A man who recently traveled to West Africa was admitted to the emergency room in Manhattan's Mount Sinai Hospital late Sunday with a high fever and gastrointestinal problems, symptoms that are consistent with the Ebola virus.
The patient, whom The New York Times did not identify out of respect for his privacy, is currently being tested for the virus in isolation. The hospital would not elaborate on which country he had traveled to, what he was doing there, or if he was exposed to the virus while in the region.
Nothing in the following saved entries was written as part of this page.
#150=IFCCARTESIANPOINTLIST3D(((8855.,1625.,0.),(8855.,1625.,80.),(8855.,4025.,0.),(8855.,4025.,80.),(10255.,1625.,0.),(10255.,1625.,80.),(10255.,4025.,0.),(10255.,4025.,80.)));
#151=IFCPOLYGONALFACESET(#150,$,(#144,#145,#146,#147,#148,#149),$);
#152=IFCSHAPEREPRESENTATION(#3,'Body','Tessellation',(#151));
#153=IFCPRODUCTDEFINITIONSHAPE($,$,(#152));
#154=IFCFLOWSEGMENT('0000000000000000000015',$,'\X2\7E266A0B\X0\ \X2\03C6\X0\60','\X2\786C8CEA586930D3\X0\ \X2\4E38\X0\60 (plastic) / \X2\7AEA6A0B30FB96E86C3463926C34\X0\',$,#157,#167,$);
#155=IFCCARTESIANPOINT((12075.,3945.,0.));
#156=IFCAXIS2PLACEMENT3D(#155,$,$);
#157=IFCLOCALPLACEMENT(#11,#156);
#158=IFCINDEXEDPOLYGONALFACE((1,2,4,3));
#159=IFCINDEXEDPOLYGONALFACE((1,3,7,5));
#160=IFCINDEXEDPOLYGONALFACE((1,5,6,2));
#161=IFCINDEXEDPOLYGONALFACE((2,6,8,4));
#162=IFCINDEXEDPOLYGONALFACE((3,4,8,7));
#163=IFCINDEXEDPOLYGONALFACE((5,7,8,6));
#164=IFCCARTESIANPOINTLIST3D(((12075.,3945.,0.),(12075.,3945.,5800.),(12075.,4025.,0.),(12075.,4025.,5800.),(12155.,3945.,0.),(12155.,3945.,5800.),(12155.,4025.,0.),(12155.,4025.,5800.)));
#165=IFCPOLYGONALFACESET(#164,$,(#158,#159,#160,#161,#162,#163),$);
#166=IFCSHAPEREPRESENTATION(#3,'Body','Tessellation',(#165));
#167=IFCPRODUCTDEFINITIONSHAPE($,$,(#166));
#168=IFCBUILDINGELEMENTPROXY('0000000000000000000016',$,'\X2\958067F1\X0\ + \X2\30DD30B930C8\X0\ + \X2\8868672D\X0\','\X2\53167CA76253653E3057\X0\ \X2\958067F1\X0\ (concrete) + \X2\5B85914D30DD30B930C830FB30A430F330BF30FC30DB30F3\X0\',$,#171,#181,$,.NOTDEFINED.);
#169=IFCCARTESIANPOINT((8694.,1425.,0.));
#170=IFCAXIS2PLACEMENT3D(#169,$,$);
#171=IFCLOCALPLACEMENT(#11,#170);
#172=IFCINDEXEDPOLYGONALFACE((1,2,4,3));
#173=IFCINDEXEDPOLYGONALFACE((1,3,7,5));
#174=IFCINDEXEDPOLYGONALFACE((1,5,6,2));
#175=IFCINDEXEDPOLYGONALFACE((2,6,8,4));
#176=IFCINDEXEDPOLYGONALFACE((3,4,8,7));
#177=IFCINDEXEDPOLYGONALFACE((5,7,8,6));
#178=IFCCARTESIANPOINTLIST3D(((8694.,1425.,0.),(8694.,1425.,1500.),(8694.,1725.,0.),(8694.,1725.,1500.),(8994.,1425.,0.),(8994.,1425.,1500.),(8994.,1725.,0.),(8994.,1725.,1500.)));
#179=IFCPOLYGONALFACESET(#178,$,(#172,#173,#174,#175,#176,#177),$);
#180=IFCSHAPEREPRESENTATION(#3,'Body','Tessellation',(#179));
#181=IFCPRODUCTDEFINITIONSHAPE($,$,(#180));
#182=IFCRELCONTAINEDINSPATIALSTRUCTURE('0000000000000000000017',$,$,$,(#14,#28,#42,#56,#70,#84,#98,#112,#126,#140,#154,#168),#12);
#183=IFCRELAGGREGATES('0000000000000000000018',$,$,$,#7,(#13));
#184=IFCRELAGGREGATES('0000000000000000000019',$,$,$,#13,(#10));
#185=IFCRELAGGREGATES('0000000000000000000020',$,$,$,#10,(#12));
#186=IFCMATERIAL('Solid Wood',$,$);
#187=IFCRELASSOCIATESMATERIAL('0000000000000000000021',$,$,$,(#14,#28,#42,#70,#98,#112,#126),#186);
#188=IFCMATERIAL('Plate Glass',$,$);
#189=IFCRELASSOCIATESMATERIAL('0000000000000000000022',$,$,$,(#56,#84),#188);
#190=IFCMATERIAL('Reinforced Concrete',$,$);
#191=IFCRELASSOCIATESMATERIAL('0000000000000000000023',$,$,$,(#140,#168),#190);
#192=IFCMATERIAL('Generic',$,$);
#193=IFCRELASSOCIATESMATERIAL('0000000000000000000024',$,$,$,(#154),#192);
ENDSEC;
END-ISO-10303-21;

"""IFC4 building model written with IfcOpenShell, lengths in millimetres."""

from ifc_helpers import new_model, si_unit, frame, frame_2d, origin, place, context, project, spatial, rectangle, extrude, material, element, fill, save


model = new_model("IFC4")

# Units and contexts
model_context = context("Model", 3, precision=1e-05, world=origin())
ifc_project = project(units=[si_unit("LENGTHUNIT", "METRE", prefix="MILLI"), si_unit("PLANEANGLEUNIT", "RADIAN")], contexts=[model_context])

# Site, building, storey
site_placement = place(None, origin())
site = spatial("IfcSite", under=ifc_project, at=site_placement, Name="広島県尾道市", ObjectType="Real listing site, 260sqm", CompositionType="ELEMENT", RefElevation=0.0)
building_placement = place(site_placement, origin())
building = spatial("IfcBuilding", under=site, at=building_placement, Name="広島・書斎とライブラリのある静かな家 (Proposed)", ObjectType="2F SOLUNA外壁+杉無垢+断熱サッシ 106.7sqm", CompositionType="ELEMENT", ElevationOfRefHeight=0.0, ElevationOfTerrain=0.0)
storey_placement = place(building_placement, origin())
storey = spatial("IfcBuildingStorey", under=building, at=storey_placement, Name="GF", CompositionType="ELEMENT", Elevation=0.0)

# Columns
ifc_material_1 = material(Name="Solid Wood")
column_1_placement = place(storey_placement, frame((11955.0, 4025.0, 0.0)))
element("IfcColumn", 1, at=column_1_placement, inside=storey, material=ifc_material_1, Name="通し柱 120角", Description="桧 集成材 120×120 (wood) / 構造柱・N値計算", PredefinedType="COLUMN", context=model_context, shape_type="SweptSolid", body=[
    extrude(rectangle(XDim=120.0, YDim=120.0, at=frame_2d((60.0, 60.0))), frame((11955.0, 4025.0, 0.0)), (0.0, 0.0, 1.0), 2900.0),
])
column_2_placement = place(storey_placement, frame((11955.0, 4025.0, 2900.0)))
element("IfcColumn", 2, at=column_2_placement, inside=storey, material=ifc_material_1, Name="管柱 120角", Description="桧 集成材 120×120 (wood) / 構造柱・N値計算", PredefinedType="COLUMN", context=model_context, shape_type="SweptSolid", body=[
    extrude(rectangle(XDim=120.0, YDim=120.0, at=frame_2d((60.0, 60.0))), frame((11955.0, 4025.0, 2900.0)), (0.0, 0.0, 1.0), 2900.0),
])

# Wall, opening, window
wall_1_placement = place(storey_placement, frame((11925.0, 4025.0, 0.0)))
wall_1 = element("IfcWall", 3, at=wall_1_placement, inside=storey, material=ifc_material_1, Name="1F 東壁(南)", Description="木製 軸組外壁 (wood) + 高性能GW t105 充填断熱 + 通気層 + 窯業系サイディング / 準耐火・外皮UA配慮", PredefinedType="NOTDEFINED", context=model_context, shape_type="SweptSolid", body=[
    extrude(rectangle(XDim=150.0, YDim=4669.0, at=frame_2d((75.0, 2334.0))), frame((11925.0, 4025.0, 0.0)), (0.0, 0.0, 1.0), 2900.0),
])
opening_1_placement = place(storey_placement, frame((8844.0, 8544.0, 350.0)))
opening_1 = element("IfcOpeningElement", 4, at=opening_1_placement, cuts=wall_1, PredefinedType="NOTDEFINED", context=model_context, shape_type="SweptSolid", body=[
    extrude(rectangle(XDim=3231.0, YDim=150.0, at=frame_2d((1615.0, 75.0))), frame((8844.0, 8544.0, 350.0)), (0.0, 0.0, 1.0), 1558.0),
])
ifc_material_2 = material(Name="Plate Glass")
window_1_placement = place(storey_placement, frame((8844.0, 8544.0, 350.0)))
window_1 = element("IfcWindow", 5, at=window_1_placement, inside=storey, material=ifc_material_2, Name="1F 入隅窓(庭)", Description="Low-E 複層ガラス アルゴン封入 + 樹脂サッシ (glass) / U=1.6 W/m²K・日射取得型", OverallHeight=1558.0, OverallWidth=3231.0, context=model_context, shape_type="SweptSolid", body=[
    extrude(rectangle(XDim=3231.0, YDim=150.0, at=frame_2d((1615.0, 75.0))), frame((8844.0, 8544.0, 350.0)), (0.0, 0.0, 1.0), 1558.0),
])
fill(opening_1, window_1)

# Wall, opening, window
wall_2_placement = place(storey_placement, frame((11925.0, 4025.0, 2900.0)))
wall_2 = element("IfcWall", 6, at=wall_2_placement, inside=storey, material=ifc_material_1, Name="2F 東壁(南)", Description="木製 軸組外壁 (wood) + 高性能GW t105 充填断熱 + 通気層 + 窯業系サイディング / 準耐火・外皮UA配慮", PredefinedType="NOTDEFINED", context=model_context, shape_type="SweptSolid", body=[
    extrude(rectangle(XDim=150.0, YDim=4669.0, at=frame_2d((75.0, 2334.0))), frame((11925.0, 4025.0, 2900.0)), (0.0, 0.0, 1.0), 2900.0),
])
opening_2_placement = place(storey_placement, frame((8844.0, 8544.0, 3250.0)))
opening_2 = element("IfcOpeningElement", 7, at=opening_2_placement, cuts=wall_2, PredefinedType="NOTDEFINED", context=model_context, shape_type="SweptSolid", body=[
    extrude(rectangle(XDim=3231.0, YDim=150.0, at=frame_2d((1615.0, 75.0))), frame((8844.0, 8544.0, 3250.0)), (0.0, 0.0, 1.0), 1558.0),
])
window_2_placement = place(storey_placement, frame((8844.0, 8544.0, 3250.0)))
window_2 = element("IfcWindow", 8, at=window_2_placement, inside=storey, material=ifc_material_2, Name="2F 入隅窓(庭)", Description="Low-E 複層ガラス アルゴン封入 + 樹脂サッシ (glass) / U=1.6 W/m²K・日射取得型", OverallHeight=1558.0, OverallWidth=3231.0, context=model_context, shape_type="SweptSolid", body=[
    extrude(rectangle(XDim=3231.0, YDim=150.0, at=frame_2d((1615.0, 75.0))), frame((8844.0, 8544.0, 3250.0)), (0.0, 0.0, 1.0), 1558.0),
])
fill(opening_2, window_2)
"We will continue to work closely with federal, state, and city health officials to address and monitor this case, keep the community informed, and provide the best quality care to all of our patients," Dorie Klissas, a spokesperson for the hospital, told The New York Times. "All necessary steps are being taken to ensure the safety of all patients, visitors and staff."
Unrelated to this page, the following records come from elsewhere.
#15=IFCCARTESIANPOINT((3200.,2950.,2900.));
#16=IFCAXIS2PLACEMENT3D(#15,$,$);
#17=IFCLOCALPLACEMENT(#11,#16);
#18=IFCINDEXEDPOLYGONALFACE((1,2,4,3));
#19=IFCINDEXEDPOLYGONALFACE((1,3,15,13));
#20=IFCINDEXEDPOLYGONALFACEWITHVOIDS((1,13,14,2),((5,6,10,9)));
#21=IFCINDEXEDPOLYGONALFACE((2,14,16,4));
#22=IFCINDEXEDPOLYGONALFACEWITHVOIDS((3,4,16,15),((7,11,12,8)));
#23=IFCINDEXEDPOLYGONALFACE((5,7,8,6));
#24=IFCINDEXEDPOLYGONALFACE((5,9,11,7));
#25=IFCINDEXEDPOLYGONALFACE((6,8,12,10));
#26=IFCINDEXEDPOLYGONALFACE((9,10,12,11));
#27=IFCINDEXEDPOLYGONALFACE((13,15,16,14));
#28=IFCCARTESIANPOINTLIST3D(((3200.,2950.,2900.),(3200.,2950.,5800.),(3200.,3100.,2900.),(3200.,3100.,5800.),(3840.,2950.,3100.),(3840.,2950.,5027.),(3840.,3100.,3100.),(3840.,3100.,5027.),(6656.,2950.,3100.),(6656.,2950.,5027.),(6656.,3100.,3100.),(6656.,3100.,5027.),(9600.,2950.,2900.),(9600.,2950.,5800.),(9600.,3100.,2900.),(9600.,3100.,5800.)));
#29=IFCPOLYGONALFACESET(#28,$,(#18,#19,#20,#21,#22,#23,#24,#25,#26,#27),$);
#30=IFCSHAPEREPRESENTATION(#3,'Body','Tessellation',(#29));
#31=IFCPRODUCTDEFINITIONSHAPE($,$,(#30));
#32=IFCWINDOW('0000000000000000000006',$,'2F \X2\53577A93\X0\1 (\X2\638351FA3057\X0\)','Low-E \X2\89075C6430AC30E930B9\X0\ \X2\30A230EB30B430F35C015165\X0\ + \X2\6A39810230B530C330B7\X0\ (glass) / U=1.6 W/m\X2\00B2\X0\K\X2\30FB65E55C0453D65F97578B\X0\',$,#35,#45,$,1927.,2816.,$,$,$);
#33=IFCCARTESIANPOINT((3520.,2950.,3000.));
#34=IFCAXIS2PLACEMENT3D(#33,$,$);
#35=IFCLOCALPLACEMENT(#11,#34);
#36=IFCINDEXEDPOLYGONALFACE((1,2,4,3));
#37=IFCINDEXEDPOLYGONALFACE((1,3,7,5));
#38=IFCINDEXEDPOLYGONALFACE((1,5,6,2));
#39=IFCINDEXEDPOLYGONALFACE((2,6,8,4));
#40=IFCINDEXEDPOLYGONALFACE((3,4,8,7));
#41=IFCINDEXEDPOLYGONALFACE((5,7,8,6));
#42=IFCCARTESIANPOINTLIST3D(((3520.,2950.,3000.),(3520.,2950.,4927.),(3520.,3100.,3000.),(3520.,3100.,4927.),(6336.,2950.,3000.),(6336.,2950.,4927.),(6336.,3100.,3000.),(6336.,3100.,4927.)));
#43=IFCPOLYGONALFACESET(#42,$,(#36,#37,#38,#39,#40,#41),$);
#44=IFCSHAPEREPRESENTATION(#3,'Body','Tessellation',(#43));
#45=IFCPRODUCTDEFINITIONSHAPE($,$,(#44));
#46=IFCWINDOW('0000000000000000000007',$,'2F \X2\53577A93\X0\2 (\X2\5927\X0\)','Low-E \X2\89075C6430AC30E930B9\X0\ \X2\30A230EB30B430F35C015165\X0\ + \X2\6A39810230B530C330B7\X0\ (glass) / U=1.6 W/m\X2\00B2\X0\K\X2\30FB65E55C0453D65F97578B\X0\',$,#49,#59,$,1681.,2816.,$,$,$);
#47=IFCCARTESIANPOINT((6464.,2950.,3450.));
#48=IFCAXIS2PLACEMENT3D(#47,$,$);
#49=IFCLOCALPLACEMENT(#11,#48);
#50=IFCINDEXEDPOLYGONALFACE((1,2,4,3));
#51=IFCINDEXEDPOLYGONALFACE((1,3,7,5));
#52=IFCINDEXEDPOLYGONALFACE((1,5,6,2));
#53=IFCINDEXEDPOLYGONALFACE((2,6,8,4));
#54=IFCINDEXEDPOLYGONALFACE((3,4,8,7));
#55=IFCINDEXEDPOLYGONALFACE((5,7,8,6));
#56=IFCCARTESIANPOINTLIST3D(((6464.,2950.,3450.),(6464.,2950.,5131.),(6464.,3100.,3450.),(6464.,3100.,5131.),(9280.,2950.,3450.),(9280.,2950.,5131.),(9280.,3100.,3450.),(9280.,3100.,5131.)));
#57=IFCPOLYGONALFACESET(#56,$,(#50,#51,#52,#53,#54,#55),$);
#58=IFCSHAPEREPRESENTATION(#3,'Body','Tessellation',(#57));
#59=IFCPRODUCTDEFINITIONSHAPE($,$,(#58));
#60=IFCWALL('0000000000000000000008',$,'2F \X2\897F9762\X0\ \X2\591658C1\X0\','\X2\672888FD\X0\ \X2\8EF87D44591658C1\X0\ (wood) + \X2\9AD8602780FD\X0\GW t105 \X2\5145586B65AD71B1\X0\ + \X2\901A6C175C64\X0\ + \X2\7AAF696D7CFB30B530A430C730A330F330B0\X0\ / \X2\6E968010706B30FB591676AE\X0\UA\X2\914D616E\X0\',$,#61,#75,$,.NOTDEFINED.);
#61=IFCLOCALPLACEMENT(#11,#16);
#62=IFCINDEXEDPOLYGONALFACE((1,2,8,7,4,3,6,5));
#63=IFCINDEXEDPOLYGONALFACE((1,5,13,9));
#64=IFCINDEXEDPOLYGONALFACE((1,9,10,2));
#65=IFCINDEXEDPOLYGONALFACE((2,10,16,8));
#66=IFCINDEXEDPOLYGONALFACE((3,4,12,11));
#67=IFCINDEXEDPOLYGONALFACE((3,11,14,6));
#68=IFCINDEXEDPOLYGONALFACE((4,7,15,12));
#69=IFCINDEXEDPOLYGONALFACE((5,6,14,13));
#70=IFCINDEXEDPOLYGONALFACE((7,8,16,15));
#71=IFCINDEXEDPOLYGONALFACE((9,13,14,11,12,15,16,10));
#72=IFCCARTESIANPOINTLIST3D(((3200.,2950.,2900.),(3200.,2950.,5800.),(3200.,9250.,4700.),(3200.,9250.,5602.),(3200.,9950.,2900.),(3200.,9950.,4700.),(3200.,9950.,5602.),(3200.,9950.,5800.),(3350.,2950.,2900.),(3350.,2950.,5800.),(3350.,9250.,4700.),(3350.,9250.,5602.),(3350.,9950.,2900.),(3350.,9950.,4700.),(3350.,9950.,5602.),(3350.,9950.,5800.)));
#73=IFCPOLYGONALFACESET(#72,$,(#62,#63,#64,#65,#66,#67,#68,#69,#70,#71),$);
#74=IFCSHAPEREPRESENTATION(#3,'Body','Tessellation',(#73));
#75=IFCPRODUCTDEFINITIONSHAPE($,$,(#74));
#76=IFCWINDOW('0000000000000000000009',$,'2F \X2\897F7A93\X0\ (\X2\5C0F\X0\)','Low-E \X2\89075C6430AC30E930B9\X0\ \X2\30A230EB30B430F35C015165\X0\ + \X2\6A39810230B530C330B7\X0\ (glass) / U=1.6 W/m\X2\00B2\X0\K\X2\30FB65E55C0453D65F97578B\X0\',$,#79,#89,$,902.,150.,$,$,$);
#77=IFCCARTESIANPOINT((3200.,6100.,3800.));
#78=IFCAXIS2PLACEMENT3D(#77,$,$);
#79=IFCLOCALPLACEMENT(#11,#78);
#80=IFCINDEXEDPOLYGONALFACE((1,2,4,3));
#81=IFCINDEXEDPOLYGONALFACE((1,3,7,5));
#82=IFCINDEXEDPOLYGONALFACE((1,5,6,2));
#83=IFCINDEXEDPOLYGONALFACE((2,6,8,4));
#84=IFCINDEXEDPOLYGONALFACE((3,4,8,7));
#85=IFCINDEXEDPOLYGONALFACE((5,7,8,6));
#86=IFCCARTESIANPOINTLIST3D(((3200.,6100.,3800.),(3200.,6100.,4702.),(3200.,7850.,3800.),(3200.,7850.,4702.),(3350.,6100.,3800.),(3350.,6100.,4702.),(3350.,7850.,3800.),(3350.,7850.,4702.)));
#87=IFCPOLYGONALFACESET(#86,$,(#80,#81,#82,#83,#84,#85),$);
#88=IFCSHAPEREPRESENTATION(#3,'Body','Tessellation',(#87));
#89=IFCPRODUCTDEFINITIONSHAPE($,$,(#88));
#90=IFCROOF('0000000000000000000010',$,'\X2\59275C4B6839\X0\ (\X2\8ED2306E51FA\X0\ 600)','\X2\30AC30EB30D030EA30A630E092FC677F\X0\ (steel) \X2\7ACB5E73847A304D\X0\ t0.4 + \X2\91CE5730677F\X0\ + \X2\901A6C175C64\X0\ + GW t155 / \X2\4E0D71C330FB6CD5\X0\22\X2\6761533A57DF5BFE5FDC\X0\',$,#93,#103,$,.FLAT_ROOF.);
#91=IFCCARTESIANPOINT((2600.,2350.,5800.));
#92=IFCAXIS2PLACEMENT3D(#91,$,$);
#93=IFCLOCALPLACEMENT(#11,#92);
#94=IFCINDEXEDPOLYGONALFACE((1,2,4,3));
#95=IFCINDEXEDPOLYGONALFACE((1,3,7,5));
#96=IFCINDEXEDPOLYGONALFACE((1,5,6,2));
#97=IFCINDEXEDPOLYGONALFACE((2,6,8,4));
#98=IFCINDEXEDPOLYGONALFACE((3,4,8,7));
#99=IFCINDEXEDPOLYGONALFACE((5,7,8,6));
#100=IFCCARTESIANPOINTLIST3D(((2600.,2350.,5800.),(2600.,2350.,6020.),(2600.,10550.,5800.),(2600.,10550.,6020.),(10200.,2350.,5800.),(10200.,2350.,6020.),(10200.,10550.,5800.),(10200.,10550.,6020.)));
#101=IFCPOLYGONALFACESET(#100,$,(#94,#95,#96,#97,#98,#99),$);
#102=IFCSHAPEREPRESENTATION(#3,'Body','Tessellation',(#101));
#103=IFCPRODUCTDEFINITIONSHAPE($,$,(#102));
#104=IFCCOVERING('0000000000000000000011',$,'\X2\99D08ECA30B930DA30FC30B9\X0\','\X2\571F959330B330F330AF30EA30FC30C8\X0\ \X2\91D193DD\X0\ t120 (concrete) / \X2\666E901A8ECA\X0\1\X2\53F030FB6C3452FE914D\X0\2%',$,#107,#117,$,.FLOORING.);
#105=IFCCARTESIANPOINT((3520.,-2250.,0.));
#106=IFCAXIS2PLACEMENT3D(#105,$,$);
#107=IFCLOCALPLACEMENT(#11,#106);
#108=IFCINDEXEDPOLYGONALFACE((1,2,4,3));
Even if the Mount Sinai patient ends up being diagnosed with Ebola, though, Americans shouldn't panic about the potential spread of this dangerous disease. While Ebola isn't exactly innocuous, it's far less contagious than other diseases with serious epidemic potential, like bird flu or MERS (Middle Eastern Respiratory Syndrome). And since Ebola can only be transmitted through bodily fluids like blood, vomit, and feces — not through coughing or sneezing — it's unlikely that anyone who isn't a health-care worker would come into contact with the disease.
In fact, many of the reasons for Ebola's deadly spread are sociocultural. Doctors in countries like Sierra Leone and Liberia have never experienced outbreaks of the disease before, and therefore may not be trained in how to diagnose and treat it. Some Africans also must bury their dead on their own, meaning they may contract the disease while laying a family member to rest.